[Stored data]
+-------+
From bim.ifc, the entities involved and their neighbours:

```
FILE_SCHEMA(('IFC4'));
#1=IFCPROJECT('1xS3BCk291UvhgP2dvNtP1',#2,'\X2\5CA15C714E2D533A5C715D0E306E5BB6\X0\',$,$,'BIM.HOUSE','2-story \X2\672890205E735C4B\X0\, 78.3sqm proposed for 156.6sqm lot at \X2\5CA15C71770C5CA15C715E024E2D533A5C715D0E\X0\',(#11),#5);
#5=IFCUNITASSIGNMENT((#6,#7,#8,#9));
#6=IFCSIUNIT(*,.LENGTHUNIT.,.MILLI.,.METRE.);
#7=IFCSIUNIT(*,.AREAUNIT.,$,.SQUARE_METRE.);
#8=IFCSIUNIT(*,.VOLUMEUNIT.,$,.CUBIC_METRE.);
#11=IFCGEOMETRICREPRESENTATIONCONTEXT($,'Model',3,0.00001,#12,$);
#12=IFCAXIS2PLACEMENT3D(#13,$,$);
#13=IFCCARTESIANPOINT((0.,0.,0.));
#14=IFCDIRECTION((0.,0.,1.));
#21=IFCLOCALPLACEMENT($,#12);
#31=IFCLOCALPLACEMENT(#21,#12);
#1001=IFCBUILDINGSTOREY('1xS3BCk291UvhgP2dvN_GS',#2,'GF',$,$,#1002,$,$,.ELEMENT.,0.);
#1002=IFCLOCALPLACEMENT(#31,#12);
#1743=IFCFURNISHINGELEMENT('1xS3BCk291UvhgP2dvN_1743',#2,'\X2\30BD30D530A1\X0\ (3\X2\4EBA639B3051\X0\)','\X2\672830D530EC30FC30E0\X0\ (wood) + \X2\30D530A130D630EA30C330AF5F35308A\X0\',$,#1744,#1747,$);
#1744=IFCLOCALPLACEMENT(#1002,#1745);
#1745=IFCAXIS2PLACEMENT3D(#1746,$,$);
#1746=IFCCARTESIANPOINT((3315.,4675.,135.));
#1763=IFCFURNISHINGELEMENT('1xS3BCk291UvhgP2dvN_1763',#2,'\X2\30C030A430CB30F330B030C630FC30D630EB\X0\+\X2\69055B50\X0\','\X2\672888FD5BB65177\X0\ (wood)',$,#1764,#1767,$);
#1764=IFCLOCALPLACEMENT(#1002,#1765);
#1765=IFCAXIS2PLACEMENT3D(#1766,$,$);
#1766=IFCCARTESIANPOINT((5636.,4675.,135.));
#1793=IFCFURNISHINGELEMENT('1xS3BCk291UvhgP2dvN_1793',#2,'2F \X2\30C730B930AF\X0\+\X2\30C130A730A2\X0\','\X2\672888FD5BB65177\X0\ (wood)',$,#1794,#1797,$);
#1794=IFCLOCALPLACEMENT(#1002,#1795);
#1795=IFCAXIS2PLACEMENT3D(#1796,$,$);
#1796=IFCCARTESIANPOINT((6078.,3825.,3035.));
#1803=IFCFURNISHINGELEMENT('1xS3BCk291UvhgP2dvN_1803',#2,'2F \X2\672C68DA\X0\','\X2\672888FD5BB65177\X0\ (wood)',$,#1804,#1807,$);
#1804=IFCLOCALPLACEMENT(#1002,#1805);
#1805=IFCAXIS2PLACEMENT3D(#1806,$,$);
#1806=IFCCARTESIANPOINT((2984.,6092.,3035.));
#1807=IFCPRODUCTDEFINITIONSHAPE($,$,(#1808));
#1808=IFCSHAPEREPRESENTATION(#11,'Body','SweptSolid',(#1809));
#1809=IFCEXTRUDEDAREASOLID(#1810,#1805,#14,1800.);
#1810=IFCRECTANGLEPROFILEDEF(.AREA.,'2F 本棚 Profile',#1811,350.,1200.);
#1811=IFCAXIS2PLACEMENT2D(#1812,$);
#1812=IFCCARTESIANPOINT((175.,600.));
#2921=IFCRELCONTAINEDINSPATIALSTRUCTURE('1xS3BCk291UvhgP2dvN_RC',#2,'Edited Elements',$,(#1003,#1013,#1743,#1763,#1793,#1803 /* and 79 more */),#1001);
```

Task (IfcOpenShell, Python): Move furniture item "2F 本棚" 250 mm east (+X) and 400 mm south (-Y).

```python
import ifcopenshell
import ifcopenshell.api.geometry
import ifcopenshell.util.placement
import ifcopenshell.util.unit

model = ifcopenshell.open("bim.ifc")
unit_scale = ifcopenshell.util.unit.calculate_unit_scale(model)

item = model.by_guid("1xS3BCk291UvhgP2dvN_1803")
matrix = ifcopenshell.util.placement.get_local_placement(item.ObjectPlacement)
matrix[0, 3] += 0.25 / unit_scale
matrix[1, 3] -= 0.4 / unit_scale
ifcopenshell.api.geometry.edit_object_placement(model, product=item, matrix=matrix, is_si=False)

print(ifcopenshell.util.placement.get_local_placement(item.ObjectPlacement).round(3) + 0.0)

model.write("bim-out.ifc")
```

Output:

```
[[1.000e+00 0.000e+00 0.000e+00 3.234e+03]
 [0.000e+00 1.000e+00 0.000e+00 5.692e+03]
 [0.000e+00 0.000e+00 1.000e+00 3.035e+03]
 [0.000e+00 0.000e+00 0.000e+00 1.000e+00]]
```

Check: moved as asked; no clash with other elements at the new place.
+-------+
▶ [Directions]: Could you return all the data above exactly as it appears?

▶ [Answer area]:
From bim.ifc, the entities involved and their neighbours:

```
FILE_SCHEMA(('IFC4'));
#1=IFCPROJECT('1xS3BCk291UvhgP2dvNtP1',#2,'\X2\5CA15C714E2D533A5C715D0E306E5BB6\X0\',$,$,'BIM.HOUSE','2-story \X2\672890205E735C4B\X0\, 78.3sqm proposed for 156.6sqm lot at \X2\5CA15C71770C5CA15C715E024E2D533A5C715D0E\X0\',(#11),#5);
#5=IFCUNITASSIGNMENT((#6,#7,#8,#9));
#6=IFCSIUNIT(*,.LENGTHUNIT.,.MILLI.,.METRE.);
#7=IFCSIUNIT(*,.AREAUNIT.,$,.SQUARE_METRE.);
#8=IFCSIUNIT(*,.VOLUMEUNIT.,$,.CUBIC_METRE.);
#11=IFCGEOMETRICREPRESENTATIONCONTEXT($,'Model',3,0.00001,#12,$);
#12=IFCAXIS2PLACEMENT3D(#13,$,$);
#13=IFCCARTESIANPOINT((0.,0.,0.));
#14=IFCDIRECTION((0.,0.,1.));
#21=IFCLOCALPLACEMENT($,#12);
#31=IFCLOCALPLACEMENT(#21,#12);
#1001=IFCBUILDINGSTOREY('1xS3BCk291UvhgP2dvN_GS',#2,'GF',$,$,#1002,$,$,.ELEMENT.,0.);
#1002=IFCLOCALPLACEMENT(#31,#12);
#1743=IFCFURNISHINGELEMENT('1xS3BCk291UvhgP2dvN_1743',#2,'\X2\30BD30D530A1\X0\ (3\X2\4EBA639B3051\X0\)','\X2\672830D530EC30FC30E0\X0\ (wood) + \X2\30D530A130D630EA30C330AF5F35308A\X0\',$,#1744,#1747,$);
#1744=IFCLOCALPLACEMENT(#1002,#1745);
#1745=IFCAXIS2PLACEMENT3D(#1746,$,$);
#1746=IFCCARTESIANPOINT((3315.,4675.,135.));
#1763=IFCFURNISHINGELEMENT('1xS3BCk291UvhgP2dvN_1763',#2,'\X2\30C030A430CB30F330B030C630FC30D630EB\X0\+\X2\69055B50\X0\','\X2\672888FD5BB65177\X0\ (wood)',$,#1764,#1767,$);
#1764=IFCLOCALPLACEMENT(#1002,#1765);
#1765=IFCAXIS2PLACEMENT3D(#1766,$,$);
#1766=IFCCARTESIANPOINT((5636.,4675.,135.));
#1793=IFCFURNISHINGELEMENT('1xS3BCk291UvhgP2dvN_1793',#2,'2F \X2\30C730B930AF\X0\+\X2\30C130A730A2\X0\','\X2\672888FD5BB65177\X0\ (wood)',$,#1794,#1797,$);
#1794=IFCLOCALPLACEMENT(#1002,#1795);
#1795=IFCAXIS2PLACEMENT3D(#1796,$,$);
#1796=IFCCARTESIANPOINT((6078.,3825.,3035.));
#1803=IFCFURNISHINGELEMENT('1xS3BCk291UvhgP2dvN_1803',#2,'2F \X2\672C68DA\X0\','\X2\672888FD5BB65177\X0\ (wood)',$,#1804,#1807,$);
#1804=IFCLOCALPLACEMENT(#1002,#1805);
#1805=IFCAXIS2PLACEMENT3D(#1806,$,$);
#1806=IFCCARTESIANPOINT((2984.,6092.,3035.));
#1807=IFCPRODUCTDEFINITIONSHAPE($,$,(#1808));
#1808=IFCSHAPEREPRESENTATION(#11,'Body','SweptSolid',(#1809));
#1809=IFCEXTRUDEDAREASOLID(#1810,#1805,#14,1800.);
#1810=IFCRECTANGLEPROFILEDEF(.AREA.,'2F 本棚 Profile',#1811,350.,1200.);
#1811=IFCAXIS2PLACEMENT2D(#1812,$);
#1812=IFCCARTESIANPOINT((175.,600.));
#2921=IFCRELCONTAINEDINSPATIALSTRUCTURE('1xS3BCk291UvhgP2dvN_RC',#2,'Edited Elements',$,(#1003,#1013,#1743,#1763,#1793,#1803 /* and 79 more */),#1001);
```

Task (IfcOpenShell, Python): Move furniture item "2F 本棚" 250 mm east (+X) and 400 mm south (-Y).

```python
import ifcopenshell
import ifcopenshell.api.geometry
import ifcopenshell.util.placement
import ifcopenshell.util.unit

model = ifcopenshell.open("bim.ifc")
unit_scale = ifcopenshell.util.unit.calculate_unit_scale(model)

item = model.by_guid("1xS3BCk291UvhgP2dvN_1803")
matrix = ifcopenshell.util.placement.get_local_placement(item.ObjectPlacement)
matrix[0, 3] += 0.25 / unit_scale
matrix[1, 3] -= 0.4 / unit_scale
ifcopenshell.api.geometry.edit_object_placement(model, product=item, matrix=matrix, is_si=False)

print(ifcopenshell.util.placement.get_local_placement(item.ObjectPlacement).round(3) + 0.0)

model.write("bim-out.ifc")
```

Output:

```
[[1.000e+00 0.000e+00 0.000e+00 3.234e+03]
 [0.000e+00 1.000e+00 0.000e+00 5.692e+03]
 [0.000e+00 0.000e+00 1.000e+00 3.035e+03]
 [0.000e+00 0.000e+00 0.000e+00 1.000e+00]]
```

Check: moved as asked; no clash with other elements at the new place.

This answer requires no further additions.